>>

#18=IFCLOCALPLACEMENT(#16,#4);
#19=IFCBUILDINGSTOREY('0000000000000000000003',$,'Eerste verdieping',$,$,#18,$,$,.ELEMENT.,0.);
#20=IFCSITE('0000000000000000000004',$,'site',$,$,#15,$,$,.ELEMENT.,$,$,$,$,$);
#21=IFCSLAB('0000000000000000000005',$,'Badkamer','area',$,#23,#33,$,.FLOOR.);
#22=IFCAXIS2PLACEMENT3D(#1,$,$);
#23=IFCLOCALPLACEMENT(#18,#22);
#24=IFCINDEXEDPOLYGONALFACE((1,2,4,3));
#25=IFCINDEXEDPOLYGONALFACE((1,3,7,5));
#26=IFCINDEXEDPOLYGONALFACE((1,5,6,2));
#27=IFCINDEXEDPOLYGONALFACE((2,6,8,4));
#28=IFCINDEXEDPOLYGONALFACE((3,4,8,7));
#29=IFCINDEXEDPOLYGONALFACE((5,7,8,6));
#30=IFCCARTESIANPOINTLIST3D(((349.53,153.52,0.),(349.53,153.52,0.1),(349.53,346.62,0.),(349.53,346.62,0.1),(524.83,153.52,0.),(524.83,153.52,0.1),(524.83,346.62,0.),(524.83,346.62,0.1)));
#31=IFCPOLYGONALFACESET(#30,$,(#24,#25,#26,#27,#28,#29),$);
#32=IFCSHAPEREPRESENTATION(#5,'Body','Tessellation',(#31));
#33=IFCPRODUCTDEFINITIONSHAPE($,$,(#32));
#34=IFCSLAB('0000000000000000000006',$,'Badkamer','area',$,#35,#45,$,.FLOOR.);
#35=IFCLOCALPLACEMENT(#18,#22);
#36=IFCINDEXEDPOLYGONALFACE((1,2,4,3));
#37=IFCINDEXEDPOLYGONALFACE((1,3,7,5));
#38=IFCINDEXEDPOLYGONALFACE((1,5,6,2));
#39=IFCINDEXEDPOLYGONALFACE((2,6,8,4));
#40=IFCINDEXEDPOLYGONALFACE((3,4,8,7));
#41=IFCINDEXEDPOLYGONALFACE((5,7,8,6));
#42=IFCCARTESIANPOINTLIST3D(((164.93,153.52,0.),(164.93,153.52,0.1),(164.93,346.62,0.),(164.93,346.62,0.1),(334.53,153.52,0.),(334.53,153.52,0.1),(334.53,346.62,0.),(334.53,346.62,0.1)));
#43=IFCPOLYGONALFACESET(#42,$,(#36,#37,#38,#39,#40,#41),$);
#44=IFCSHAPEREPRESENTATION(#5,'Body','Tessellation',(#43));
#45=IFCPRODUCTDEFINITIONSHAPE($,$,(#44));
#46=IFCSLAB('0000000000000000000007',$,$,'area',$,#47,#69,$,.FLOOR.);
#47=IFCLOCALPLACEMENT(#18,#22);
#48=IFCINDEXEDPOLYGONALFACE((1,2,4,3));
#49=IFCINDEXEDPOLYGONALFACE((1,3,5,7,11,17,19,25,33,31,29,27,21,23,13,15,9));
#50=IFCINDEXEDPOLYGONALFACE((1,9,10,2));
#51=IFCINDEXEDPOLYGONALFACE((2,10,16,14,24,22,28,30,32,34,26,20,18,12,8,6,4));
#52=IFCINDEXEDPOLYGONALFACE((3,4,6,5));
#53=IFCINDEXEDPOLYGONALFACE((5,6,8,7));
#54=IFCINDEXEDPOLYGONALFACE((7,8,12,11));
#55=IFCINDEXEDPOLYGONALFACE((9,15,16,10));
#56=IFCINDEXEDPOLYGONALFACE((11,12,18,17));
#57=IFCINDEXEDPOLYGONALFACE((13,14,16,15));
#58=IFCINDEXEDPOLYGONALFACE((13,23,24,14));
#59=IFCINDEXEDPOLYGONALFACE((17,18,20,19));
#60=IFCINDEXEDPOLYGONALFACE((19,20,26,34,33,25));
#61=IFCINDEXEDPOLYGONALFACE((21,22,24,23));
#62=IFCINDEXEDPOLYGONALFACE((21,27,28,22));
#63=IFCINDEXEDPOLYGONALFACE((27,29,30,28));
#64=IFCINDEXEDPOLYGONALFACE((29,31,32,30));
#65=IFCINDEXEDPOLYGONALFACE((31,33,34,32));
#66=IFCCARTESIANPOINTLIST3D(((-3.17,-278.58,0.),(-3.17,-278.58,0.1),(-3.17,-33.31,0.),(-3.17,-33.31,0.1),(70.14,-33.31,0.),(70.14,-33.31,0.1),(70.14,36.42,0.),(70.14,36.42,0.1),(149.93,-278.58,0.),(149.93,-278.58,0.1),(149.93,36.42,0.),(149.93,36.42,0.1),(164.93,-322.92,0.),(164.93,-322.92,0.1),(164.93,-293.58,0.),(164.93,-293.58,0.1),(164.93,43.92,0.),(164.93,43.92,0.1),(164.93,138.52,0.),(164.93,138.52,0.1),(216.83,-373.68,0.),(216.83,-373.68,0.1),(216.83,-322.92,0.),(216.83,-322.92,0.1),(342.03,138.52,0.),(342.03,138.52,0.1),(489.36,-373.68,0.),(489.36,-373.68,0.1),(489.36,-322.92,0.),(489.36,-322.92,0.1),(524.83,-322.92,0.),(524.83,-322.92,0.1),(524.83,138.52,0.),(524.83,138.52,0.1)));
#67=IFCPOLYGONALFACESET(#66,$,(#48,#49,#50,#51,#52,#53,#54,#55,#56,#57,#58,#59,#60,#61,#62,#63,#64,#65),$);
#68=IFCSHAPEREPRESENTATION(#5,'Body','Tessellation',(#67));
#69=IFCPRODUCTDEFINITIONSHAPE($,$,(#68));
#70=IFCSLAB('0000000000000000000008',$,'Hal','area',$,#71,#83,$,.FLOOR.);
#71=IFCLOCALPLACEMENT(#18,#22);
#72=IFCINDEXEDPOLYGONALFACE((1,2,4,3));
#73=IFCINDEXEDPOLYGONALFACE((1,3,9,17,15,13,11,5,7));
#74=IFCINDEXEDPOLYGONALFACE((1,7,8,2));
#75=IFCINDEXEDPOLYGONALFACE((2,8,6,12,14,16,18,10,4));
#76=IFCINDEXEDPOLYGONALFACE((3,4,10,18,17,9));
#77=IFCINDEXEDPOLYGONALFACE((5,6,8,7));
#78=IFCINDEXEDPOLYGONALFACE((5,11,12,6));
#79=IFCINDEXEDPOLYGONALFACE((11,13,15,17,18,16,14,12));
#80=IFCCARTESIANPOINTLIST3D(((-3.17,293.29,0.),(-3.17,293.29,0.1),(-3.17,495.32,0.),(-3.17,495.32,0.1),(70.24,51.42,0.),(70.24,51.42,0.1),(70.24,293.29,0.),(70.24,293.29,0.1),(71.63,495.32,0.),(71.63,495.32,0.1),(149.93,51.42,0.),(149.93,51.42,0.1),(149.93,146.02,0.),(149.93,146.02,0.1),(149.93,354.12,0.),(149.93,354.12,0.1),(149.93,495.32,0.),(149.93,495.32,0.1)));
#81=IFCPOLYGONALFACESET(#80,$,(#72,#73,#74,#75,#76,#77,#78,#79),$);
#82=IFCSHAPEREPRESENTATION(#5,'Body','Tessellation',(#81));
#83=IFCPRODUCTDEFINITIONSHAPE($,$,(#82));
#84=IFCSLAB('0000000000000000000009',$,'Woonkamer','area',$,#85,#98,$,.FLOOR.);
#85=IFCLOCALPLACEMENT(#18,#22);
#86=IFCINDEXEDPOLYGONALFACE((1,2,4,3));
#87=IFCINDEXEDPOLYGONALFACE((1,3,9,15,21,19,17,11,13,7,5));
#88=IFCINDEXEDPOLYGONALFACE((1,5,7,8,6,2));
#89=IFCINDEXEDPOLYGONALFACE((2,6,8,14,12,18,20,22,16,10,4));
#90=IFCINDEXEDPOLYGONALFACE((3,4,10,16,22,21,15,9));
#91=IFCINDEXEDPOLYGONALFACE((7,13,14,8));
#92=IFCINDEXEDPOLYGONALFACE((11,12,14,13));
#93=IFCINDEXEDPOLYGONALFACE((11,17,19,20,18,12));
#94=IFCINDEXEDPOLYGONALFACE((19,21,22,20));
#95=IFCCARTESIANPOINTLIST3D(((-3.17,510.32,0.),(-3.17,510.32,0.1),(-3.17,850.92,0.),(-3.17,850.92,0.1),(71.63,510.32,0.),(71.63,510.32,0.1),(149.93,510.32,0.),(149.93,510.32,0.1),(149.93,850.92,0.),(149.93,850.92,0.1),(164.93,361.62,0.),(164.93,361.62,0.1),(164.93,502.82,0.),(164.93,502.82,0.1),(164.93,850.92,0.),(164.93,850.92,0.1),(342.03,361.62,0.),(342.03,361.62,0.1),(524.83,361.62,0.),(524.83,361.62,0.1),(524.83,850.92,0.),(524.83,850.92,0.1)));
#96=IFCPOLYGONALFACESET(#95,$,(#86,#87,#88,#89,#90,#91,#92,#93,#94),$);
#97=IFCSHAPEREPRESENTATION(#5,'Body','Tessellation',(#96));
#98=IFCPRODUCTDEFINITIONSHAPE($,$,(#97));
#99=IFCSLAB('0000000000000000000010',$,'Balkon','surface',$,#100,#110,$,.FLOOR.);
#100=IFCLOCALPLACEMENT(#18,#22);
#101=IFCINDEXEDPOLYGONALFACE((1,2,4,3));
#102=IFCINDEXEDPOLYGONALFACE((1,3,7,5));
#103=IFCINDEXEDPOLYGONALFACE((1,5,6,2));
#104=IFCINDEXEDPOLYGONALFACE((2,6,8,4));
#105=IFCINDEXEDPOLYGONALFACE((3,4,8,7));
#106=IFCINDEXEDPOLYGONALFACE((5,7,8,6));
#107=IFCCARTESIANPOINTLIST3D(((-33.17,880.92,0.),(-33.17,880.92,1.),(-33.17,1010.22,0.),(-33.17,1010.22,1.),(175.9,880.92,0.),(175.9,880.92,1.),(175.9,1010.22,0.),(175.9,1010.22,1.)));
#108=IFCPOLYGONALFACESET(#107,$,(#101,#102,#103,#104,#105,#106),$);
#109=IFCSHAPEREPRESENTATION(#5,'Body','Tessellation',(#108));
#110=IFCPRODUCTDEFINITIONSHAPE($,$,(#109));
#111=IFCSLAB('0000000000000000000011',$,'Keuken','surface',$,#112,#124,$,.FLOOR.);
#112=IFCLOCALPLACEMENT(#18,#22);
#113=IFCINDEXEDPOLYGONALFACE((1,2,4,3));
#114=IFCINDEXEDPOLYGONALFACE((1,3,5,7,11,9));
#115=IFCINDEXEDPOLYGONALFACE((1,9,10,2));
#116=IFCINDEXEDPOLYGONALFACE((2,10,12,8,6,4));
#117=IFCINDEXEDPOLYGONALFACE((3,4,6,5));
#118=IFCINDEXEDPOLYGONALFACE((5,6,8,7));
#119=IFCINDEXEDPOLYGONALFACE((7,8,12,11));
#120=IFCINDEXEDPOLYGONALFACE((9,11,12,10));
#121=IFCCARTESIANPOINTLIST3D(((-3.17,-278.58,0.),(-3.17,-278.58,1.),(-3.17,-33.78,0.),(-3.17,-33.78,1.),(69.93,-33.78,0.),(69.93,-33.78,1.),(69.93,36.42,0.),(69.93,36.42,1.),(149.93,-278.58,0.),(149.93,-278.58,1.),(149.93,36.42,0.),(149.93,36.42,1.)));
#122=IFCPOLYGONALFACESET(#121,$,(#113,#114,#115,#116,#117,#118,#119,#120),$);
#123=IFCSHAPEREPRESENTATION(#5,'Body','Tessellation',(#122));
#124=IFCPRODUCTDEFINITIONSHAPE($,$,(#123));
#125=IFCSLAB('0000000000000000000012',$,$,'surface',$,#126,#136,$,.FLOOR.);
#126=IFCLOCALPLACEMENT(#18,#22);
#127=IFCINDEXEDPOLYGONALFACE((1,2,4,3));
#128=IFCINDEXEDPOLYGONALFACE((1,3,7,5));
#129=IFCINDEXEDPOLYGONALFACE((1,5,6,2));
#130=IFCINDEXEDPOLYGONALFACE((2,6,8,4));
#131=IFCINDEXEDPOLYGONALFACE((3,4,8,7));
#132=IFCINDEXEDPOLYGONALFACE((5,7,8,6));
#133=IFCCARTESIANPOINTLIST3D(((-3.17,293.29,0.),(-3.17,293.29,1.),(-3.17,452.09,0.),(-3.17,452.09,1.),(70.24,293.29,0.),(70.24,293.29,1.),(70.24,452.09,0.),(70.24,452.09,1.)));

<<

• YOUR GOAL:
The required output is each line from the one with "#117=IFCINDEXEDPOLYGONALFACE((3,4,6,5));" through the end of the material above, repeated exactly with both ends included.

• SOLUTION FOR THIS PROBLEM:
#117=IFCINDEXEDPOLYGONALFACE((3,4,6,5));
#118=IFCINDEXEDPOLYGONALFACE((5,6,8,7));
#119=IFCINDEXEDPOLYGONALFACE((7,8,12,11));
#120=IFCINDEXEDPOLYGONALFACE((9,11,12,10));
#121=IFCCARTESIANPOINTLIST3D(((-3.17,-278.58,0.),(-3.17,-278.58,1.),(-3.17,-33.78,0.),(-3.17,-33.78,1.),(69.93,-33.78,0.),(69.93,-33.78,1.),(69.93,36.42,0.),(69.93,36.42,1.),(149.93,-278.58,0.),(149.93,-278.58,1.),(149.93,36.42,0.),(149.93,36.42,1.)));
#122=IFCPOLYGONALFACESET(#121,$,(#113,#114,#115,#116,#117,#118,#119,#120),$);
#123=IFCSHAPEREPRESENTATION(#5,'Body','Tessellation',(#122));
#124=IFCPRODUCTDEFINITIONSHAPE($,$,(#123));
#125=IFCSLAB('0000000000000000000012',$,$,'surface',$,#126,#136,$,.FLOOR.);
#126=IFCLOCALPLACEMENT(#18,#22);
#127=IFCINDEXEDPOLYGONALFACE((1,2,4,3));
#128=IFCINDEXEDPOLYGONALFACE((1,3,7,5));
#129=IFCINDEXEDPOLYGONALFACE((1,5,6,2));
#130=IFCINDEXEDPOLYGONALFACE((2,6,8,4));
#131=IFCINDEXEDPOLYGONALFACE((3,4,8,7));
#132=IFCINDEXEDPOLYGONALFACE((5,7,8,6));
#133=IFCCARTESIANPOINTLIST3D(((-3.17,293.29,0.),(-3.17,293.29,1.),(-3.17,452.09,0.),(-3.17,452.09,1.),(70.24,293.29,0.),(70.24,293.29,1.),(70.24,452.09,0.),(70.24,452.09,1.)));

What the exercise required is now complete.